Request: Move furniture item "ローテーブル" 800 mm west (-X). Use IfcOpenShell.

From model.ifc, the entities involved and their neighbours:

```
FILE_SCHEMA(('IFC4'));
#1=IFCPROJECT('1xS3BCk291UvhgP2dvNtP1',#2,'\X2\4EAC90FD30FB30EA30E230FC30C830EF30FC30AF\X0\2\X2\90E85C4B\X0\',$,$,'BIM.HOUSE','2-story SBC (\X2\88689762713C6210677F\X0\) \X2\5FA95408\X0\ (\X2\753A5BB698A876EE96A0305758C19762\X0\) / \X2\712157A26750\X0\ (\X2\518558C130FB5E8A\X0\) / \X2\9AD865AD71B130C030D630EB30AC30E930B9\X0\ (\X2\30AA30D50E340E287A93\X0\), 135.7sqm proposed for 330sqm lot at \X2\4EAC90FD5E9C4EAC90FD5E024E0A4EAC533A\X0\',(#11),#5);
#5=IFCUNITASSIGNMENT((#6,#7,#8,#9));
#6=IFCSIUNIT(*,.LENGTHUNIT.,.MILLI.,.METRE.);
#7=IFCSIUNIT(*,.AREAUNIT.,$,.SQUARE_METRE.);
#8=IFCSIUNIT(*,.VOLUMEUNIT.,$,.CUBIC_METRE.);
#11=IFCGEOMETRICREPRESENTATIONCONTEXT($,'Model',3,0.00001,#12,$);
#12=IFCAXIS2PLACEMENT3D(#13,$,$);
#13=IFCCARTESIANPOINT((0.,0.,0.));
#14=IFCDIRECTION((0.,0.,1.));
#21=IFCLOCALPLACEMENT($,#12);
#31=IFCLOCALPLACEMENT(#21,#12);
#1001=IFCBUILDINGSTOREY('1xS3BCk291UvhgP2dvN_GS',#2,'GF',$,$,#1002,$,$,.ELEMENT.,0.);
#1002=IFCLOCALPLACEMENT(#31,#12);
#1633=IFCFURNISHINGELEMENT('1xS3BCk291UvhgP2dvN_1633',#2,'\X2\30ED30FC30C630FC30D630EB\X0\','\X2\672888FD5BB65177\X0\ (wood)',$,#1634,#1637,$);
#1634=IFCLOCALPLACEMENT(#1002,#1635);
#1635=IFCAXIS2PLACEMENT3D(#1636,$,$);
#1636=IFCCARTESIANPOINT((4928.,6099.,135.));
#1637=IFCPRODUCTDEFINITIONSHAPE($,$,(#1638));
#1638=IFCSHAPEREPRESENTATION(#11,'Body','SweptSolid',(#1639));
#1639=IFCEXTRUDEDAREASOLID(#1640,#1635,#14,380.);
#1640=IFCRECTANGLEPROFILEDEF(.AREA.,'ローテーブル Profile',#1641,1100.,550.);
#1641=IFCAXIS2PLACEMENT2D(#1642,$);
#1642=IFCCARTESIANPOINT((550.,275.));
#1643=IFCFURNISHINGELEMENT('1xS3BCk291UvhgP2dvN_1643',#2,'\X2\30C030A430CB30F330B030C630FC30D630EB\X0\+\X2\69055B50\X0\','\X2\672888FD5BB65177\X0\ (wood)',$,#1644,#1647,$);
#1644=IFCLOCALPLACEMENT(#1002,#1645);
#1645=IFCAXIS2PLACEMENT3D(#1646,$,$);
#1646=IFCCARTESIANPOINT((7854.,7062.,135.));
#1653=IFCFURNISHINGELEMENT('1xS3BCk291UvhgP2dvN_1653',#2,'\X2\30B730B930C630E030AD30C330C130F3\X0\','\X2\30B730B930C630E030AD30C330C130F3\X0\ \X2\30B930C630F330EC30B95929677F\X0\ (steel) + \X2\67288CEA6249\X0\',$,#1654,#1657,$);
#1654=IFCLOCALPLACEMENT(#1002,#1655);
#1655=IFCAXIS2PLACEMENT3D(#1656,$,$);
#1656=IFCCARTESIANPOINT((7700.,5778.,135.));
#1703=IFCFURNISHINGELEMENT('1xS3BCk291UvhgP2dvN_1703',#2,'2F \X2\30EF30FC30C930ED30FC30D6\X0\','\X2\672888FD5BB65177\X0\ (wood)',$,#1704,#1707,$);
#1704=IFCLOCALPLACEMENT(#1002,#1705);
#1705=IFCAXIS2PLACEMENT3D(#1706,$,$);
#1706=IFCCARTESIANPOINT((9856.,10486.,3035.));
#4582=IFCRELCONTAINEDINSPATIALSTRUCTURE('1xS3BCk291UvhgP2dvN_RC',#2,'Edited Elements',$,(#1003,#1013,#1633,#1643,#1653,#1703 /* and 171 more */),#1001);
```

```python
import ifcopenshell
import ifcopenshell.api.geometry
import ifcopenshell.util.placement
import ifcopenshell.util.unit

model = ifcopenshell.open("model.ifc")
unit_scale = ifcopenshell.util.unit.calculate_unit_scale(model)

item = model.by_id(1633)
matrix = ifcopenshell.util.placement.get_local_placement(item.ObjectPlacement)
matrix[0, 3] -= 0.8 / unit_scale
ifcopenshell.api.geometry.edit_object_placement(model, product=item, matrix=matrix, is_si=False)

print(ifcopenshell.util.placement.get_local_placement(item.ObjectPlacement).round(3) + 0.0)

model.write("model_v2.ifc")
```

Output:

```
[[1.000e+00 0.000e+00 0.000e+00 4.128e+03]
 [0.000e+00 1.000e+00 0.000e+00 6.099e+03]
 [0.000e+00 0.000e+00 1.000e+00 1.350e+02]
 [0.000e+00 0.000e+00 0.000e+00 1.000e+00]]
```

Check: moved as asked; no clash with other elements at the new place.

→ **WORK INSTRUCTION**
The number alone, please: how many lines in the data contain the string "ローテーブル"?

→ **SOLUTION TO THIS PROBLEM**
2